Hi , ich wollte wissen ob man mehrere Ebenen zusammenfügen kann ohne ihre Ebeneneffekte zu mischen ,oder muss ich mein "`Werk"   erst als jpeg oder so abschpeichern um damit weiter zu arbeiten


----------



## Mark (7. September 2003)

Hi!

Ich weiß leider nicht, was Du mit "ohne die Ebeneneffekte zu mischen" meinst. In dem moment, wo man Ebenen merged, werden die LayerStyles "eingerechnet" und dann die Ebenen zusammengerechnet.
Layer Contextmenü (recht-oben-Pfeil): "sichtbare Verbinden" bzw. "merge visible" oder "Verbundene Verbinden" bzw. "merge linked"...

//edit: Merge Visible Shift-Strg-E; Merge LInked Strg-E


----------



## Ju02 (7. September 2003)

Hi ,

ich glaube ich weiss,was du meinst buddha.Und zwar liegt der Trick darin,die unterste Eben zu nehmen,und die mit der darüberliegenden zu verbinden(also strg+e).Dann bleiben alle Ebeneneffeckter erhalten.
gruss,thy


----------



## Mark (7. September 2003)

Hi!

@Sumaro: was ist nun anderes dabei, als ich bereits schrieb?
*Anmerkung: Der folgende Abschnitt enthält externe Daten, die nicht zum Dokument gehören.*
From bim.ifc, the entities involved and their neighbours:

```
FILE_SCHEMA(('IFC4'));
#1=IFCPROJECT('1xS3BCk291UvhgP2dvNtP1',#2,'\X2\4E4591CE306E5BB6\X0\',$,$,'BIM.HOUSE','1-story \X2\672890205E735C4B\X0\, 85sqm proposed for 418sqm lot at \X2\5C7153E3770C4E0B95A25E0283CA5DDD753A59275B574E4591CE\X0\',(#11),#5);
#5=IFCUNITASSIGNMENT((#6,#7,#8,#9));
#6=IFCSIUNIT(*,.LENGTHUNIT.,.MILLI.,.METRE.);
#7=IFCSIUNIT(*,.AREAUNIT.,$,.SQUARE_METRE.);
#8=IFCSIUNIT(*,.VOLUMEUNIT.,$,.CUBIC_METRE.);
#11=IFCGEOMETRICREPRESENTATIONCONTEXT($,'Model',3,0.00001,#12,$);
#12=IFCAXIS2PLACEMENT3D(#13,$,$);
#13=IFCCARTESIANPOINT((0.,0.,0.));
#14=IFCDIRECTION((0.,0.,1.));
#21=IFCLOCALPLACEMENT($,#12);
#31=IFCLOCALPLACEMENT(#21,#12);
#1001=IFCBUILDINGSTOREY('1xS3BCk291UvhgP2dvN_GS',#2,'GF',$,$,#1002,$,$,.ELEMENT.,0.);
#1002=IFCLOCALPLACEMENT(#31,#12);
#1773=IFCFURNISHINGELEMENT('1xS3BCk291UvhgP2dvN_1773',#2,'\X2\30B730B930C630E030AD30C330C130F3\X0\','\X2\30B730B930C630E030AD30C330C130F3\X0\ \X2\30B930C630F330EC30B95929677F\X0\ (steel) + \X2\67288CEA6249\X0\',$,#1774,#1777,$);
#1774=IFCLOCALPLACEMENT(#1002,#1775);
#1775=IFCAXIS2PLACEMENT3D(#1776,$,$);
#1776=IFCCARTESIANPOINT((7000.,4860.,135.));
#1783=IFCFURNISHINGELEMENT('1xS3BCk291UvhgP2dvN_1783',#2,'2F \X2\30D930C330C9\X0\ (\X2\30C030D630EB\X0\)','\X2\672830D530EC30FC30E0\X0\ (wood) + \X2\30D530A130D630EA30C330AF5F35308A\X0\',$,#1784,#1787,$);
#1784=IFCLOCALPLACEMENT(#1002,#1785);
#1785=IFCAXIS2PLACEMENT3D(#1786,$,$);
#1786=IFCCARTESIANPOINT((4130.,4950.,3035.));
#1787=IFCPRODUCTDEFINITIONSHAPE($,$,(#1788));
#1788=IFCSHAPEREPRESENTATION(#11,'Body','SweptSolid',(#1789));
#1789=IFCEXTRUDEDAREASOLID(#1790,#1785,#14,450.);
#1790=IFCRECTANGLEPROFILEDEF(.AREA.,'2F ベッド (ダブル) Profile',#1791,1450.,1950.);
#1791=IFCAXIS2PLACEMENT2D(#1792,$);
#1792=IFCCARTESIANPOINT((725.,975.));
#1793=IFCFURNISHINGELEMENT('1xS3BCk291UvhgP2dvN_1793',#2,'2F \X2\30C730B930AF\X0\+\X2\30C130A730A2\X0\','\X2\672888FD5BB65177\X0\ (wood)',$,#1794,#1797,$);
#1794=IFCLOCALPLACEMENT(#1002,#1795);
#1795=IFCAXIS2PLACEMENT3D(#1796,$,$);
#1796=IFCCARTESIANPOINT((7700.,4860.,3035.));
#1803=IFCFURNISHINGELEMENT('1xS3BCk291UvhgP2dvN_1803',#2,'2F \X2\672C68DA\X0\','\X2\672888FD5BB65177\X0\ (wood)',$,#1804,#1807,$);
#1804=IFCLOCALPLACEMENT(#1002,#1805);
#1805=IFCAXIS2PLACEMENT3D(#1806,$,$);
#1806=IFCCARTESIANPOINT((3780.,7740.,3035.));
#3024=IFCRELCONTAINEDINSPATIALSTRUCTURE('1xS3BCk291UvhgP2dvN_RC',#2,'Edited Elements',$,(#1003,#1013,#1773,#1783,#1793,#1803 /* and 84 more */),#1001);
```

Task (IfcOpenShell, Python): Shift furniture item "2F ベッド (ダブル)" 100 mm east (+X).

```python
import ifcopenshell
import ifcopenshell.api.geometry
import ifcopenshell.util.placement

model = ifcopenshell.open("bim.ifc")

item = model.by_id(1783)
matrix = ifcopenshell.util.placement.get_local_placement(item.ObjectPlacement)
matrix[0, 3] += 100.0
ifcopenshell.api.geometry.edit_object_placement(model, product=item, matrix=matrix, is_si=False)

print(ifcopenshell.util.placement.get_local_placement(item.ObjectPlacement).round(3) + 0.0)

model.write("bim_v2.ifc")
```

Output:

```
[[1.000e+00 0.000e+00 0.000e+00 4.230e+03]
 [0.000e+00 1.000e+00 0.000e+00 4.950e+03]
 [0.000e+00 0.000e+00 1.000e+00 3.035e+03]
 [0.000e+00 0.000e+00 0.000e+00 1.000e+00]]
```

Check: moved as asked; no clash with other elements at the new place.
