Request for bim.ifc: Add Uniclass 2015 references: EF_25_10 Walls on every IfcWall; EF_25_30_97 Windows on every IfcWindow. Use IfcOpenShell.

First a look at what the model holds.

```python
import ifcopenshell

model = ifcopenshell.open("bim.ifc")
print(model.schema)
print("classifications:", [c.Name for c in model.by_type("IfcClassification")])
for ifc_class in ("IfcDoor", "IfcRoof", "IfcStair", "IfcWall", "IfcWindow"):
    print(ifc_class, len(model.by_type(ifc_class)))
```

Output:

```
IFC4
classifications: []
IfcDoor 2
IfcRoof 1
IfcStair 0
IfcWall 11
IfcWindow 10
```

```python
import ifcopenshell
import ifcopenshell.api.classification

model = ifcopenshell.open("bim.ifc")

system = ifcopenshell.api.classification.add_classification(model, classification="Uniclass 2015")

codes = {
    "IfcWall": ("EF_25_10", "Walls"),
    "IfcWindow": ("EF_25_30_97", "Windows"),
}
for ifc_class, (code, name) in codes.items():
    products = model.by_type(ifc_class)
    ifcopenshell.api.classification.add_reference(
        model, products=products, classification=system, identification=code, name=name
    )
    print(code, len(products))

model.write("bim_rev.ifc")
```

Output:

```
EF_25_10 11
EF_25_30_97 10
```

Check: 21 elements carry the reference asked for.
Wo ist der Trick?
Layer-Styles brauchen doch nun nicht unbedingt die "Hintergrundebene" - ich gehe mal davon aus, die meinst Du mit "unterste Ebene" - z.B. ein Schatten bleibt auch ein Schatten, wenn man die Ebene merged, halt zusammengerechnet, aber immernoch mit Transparenz der Ebene...


----------



## Ju02 (7. September 2003)

hi,

@Pinky:Ja,ich meine die unterste Ebene.Nur bei dir hat es sich so komisch angehört  .Ein bisschen kompliziert  
Naja,egal.
gruss,thy


----------



## buddha (7. September 2003)

alo des sichtbare auf eine ebene reduzieren  war genau das was ich meinte ;D


----------